Yes, US laws are very restrictive concerning investment, but a lot of it has to do with "anti-terrorism" bullshit. The anti-terrorism propaganda has affected legislation a LOT. The terrorism argument is one of the biggest hurdles to crypto adoption here.

I didn't hear anything about anti-terrorism and I don't see what it has to do with investing or crowdfunding. I'm not sure I follow.

AML/KYC laws are there to prevent money laundering. The biggest issue with encryption is that governments don't know "who" is doing what with capital.

That is why you had David Cameron coming out talking about trying to get rid of encryption altogether.

If you haven't heard any of the anti-terrorism rhetoric associated with digital currency, you have to go back to 2014/2015 when ISIS was emerging into the mainstream. It's not a recent conversation.

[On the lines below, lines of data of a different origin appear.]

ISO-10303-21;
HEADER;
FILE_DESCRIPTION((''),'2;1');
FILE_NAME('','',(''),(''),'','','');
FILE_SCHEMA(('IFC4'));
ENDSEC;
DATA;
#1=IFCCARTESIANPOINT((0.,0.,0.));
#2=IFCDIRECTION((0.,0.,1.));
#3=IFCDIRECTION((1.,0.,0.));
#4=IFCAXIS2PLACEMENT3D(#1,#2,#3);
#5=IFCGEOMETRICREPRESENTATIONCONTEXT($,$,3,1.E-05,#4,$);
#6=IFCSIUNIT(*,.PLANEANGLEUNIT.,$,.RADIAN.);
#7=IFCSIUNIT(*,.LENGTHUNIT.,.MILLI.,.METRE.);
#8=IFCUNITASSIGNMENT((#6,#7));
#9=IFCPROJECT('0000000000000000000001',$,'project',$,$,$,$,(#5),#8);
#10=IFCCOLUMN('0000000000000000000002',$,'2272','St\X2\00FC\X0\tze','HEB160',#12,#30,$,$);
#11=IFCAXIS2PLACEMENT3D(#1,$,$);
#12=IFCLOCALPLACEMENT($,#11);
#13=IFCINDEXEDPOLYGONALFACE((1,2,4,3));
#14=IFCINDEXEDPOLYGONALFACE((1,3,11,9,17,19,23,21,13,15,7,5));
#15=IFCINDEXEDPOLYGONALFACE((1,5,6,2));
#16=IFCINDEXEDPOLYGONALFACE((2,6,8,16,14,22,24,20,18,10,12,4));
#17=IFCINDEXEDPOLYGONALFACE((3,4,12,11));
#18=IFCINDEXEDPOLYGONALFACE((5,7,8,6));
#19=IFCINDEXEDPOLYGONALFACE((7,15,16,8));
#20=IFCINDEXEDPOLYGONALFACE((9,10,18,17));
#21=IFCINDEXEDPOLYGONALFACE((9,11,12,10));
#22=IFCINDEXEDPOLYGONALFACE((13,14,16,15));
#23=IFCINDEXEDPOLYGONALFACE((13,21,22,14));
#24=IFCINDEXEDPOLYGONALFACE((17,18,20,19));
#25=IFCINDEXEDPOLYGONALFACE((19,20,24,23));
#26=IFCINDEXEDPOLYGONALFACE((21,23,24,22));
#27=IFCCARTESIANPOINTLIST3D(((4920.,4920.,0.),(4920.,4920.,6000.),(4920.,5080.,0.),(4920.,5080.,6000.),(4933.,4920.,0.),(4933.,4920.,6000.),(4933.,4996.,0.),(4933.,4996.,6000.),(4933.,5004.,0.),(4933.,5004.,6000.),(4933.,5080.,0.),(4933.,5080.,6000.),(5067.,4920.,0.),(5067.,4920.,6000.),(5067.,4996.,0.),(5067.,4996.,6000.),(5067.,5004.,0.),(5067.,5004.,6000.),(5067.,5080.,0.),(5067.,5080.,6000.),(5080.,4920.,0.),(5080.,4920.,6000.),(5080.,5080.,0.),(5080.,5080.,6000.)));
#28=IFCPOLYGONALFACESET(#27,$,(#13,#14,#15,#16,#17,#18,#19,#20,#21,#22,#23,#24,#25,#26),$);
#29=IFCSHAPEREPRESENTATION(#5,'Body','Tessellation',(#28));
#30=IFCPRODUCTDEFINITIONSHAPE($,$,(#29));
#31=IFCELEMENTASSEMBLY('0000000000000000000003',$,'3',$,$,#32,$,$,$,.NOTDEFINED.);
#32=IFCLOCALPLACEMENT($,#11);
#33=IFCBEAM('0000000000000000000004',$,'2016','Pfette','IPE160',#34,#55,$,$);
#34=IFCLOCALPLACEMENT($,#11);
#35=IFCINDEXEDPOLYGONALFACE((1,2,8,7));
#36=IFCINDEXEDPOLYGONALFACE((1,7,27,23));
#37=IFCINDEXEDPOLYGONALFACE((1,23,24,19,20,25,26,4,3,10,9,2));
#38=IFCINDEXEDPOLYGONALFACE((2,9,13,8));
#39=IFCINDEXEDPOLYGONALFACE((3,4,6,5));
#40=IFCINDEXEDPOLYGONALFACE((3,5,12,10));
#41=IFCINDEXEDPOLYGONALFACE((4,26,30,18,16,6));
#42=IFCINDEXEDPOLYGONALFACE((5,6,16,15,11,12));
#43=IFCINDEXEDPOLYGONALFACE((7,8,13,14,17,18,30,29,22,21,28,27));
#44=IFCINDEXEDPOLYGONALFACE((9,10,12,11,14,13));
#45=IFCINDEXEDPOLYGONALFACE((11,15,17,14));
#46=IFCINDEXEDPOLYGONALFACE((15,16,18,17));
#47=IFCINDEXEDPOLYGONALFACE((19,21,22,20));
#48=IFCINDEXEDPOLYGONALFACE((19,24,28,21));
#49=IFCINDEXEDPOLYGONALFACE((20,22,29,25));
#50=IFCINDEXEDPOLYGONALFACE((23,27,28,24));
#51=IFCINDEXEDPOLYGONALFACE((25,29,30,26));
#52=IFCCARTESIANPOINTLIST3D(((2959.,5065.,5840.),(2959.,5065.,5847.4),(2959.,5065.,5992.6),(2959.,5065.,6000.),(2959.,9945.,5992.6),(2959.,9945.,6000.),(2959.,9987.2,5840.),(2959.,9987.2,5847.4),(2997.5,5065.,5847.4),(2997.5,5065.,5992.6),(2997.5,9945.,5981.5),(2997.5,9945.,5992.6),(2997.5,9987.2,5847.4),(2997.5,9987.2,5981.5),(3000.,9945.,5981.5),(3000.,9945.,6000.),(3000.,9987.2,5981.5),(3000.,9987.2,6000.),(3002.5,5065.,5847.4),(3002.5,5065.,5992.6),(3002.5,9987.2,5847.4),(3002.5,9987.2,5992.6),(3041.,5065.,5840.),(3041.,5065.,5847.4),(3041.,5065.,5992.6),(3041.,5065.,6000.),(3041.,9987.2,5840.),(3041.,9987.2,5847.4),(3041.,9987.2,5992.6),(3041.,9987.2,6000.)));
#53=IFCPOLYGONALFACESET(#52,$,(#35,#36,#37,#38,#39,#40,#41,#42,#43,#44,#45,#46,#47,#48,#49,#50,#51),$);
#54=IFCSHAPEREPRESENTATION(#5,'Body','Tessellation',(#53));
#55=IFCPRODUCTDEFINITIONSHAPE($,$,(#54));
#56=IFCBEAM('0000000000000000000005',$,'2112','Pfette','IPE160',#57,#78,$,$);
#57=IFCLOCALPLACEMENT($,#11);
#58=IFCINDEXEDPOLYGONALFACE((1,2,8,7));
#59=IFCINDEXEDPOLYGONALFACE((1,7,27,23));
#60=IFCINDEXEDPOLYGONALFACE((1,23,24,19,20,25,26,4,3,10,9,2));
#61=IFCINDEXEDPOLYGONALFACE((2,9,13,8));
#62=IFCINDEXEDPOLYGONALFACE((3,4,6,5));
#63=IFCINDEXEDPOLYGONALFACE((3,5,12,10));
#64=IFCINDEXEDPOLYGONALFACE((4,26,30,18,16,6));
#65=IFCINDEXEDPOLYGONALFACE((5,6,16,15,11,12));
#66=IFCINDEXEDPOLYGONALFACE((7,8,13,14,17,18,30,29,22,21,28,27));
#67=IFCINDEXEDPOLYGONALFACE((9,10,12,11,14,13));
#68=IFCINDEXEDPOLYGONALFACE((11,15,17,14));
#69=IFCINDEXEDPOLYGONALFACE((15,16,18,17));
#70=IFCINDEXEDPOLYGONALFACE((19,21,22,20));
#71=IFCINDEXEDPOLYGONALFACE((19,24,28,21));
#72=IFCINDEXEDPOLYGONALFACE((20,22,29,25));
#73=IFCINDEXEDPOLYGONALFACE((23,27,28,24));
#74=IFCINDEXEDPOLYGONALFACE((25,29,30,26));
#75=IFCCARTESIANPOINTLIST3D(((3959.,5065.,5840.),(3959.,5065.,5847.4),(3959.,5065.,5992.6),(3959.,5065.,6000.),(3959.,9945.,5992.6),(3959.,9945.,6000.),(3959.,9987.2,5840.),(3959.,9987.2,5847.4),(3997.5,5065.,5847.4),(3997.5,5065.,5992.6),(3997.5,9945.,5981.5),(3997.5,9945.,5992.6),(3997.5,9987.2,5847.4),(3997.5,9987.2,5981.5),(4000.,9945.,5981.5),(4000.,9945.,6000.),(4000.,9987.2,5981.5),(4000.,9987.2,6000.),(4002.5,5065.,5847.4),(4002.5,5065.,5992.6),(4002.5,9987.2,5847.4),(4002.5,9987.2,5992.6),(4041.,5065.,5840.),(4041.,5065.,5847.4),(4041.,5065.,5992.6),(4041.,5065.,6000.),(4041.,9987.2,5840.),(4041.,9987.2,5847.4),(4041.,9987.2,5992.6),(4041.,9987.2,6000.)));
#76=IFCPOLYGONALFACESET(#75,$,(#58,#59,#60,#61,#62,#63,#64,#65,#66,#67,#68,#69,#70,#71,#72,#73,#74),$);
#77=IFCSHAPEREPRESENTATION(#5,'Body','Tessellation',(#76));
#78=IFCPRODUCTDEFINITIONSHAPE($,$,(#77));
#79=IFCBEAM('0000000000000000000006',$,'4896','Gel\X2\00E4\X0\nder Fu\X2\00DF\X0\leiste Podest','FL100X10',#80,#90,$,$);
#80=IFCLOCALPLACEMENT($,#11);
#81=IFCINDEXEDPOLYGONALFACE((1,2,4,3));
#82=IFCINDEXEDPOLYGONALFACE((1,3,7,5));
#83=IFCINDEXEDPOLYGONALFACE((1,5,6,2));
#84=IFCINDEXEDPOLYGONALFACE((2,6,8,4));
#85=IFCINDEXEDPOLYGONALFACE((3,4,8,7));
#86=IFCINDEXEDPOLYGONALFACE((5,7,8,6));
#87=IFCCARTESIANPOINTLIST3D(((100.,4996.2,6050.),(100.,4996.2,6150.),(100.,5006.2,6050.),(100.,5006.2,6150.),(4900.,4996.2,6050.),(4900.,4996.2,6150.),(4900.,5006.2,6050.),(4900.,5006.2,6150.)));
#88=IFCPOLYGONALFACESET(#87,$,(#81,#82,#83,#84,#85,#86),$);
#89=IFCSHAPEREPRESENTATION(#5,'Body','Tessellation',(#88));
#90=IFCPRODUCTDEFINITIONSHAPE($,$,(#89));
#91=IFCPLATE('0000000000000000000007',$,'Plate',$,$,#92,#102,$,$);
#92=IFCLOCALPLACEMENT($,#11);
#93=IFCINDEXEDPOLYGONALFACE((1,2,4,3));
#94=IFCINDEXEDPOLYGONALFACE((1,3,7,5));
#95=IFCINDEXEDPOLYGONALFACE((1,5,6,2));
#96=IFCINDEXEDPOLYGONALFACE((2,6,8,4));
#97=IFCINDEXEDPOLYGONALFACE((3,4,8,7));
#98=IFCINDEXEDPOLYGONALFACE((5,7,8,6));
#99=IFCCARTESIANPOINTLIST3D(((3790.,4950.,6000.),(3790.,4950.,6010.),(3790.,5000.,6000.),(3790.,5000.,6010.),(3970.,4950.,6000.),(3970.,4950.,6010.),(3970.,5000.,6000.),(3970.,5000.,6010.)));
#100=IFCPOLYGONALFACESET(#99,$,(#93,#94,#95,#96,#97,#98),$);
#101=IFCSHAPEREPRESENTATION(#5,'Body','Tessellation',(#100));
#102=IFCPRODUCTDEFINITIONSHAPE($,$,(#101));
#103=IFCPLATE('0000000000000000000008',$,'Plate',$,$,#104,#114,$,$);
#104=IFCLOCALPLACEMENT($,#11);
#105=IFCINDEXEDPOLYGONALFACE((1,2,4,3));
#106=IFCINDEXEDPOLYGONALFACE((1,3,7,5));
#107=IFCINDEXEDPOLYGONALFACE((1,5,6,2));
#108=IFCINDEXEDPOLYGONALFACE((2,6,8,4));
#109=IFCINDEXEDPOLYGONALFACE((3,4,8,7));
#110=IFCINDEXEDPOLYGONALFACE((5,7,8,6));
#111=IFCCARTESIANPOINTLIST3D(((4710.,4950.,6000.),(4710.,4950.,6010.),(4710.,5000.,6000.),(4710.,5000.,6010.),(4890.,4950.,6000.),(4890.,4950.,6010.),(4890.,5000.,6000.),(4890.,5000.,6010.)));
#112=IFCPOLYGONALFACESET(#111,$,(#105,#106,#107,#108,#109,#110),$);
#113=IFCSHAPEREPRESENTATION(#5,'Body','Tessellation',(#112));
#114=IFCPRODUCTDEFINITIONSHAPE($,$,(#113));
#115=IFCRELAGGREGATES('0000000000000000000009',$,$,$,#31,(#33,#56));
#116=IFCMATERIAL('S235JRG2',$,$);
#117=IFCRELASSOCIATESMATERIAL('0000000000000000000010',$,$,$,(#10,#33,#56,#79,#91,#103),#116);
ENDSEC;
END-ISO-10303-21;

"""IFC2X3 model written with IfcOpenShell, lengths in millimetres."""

from ifc_helpers import new_model, si_unit, point, frame, origin_with_axes, place, context, project, polyline, line_curve, trimmed, segment, composite_curve, outline, extrude, clip, halfspace, material, element, aggregate, save


model = new_model("IFC2X3")

# Units and contexts
context_of_model = context(None, 3, precision=1e-05, world=origin_with_axes())
ifc_project = project(units=[si_unit("PLANEANGLEUNIT", "RADIAN"), si_unit("LENGTHUNIT", "METRE", prefix="MILLI")], contexts=[context_of_model])

# Column
ifc_material = material(Name="S235JRG2")
placement_1 = place(None, frame((5000.0, 5000.0, 6000.0), z_axis=(1.0, 0.0, 0.0), x_axis=(0.0, 0.0, -1.0)))
column_placement = place(placement_1, origin_with_axes())
element("IfcColumn", 1, at=column_placement, material=ifc_material, Name="2272", Description="Stütze", ObjectType="HEB160", context=context_of_model, shape_type="Clipping", body=[
    clip(extrude(outline(polyline([(80.0, -80.0), (80.0, -67.0), (4.0, -67.0), (4.0, 67.0), (80.0, 67.0), (80.0, 80.0), (-80.0, 80.0), (-80.0, 67.0), (-4.0, 67.0), (-4.0, -67.0), (-80.0, -67.0), (-80.0, -80.0), (80.0, -80.0), (80.0, -80.0)])), frame((0.0, 0.0, 0.0), z_axis=(1.0, 0.0, 0.0), x_axis=(0.0, 1.0, 0.0)), (0.0, 0.0, 1.0), 6000.0), halfspace(frame((6000.0, 0.0, 0.0), z_axis=(1.0, 0.0, 0.0), x_axis=(0.0, 0.0, 1.0)), False)),
])

# Element assembly, beams, openings
assembly_placement = place(None, frame((1000.0, 5002.5, 6000.0), z_axis=(0.0, 0.0, 1.0), x_axis=(0.0, 1.0, 0.0)))
assembly = element("IfcElementAssembly", 2, at=assembly_placement, Name="3", PredefinedType="NOTDEFINED")
placement_2 = place(None, frame((3000.0, 5002.5, 5920.0), z_axis=(0.0, 0.0, 1.0), x_axis=(0.0, 1.0, 0.0)))
beam_1_placement = place(placement_2, origin_with_axes())
beam_1 = element("IfcBeam", 3, at=beam_1_placement, material=ifc_material, Name="2016", Description="Pfette", ObjectType="IPE160", context=context_of_model, shape_type="Clipping", body=[
    clip(clip(extrude(outline(polyline([(41.0, -80.0), (41.0, -72.6), (2.5, -72.6), (2.5, 72.6), (41.0, 72.6), (41.0, 80.0), (-41.0, 80.0), (-41.0, 72.6), (-2.5, 72.6), (-2.5, -72.6), (-41.0, -72.6), (-41.0, -80.0), (41.0, -80.0), (41.0, -80.0)])), frame((0.0, 0.0, 0.0), z_axis=(1.0, 0.0, 0.0), x_axis=(0.0, 1.0, 0.0)), (0.0, 0.0, 1.0), 4997.5), halfspace(frame((62.5, 0.0, 80.0), z_axis=(-1.0, 0.0, 0.0), x_axis=(0.0, 0.0, -1.0)), False)), halfspace(frame((4984.7, 0.0, 80.0), z_axis=(1.0, 0.0, 0.0), x_axis=(0.0, 0.0, 1.0)), False)),
])
opening_1_placement = place(beam_1_placement, frame((4942.5, 0.0, 61.5), z_axis=(0.0, 1.0, 0.0), x_axis=(-1.0, 0.0, 0.0)))
element("IfcOpeningElement", 4, at=opening_1_placement, cuts=beam_1, ObjectType="Recess", context=context_of_model, shape_type="SweptSolid", body=[
    extrude(outline(composite_curve([segment(trimmed(line_curve((0.0, 0.0), (0.0, 1.0, 0.0), 18.501), [point((0.0, 0.0))], [point((0.0, 18.5))], True, "CARTESIAN"), True, "CONTINUOUS"), segment(trimmed(line_curve((0.0, 18.5), (-1.0, 0.0, 0.0), 42.201), [point((0.0, 18.5))], [point((-42.2, 18.5))], True, "CARTESIAN"), True, "CONTINUOUS"), segment(trimmed(line_curve((-42.2, 18.5), (0.0, -1.0, 0.0), 18.501), [point((-42.2, 18.5))], [point((-42.2, 0.0))], True, "CARTESIAN"), True, "CONTINUOUS"), segment(trimmed(line_curve((-42.2, 0.0), (1.0, 0.0, 0.0), 42.201), [point((-42.2, 0.0))], [point((0.0, 0.0))], True, "CARTESIAN"), True, "CONTINUOUS")], self_intersect=False)), origin_with_axes(), (0.0, 0.0, 1.0), 3000.0),
])
placement_3 = place(None, frame((4000.0, 5002.5, 5920.0), z_axis=(0.0, 0.0, 1.0), x_axis=(0.0, 1.0, 0.0)))
beam_2_placement = place(placement_3, origin_with_axes())
beam_2 = element("IfcBeam", 5, at=beam_2_placement, material=ifc_material, Name="2112", Description="Pfette", ObjectType="IPE160", context=context_of_model, shape_type="Clipping", body=[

I have been in the crypto scene for a while, so the evolution I am talking about isn't something that happened in 2016. I have been in crypto since 2011, and been a developer since 2014.

The issue with "terrorism" and "crowdfunding" or "investing" is that money can be laundered if invested through non AML/KYC channels.

The entire crypto industry was not using AML/KYC standards up until about 2015, so there is absolutely no way to know in fact if any terrorism got funded by crypto, or how much. In that regard, the number could be 0 just as well, but without data, it is a hypothetical framing used to scare people into restrictive legislation.

So, it's not that the terrorists are ACTUALLY using crypto...that is what the US government/UK governments were saying in 2013/2014 to try to scare people away from adoption.

This is true for things like "online gambling" though, so it's not unique or exclusive to crypto.

Online gambling has a LOT of ip restrictions globally, especially in the US.

Plus these are NOT the same as securities. It would be the equivalent of Blizzard Entertainment selling 50 million worth of presales for a video game.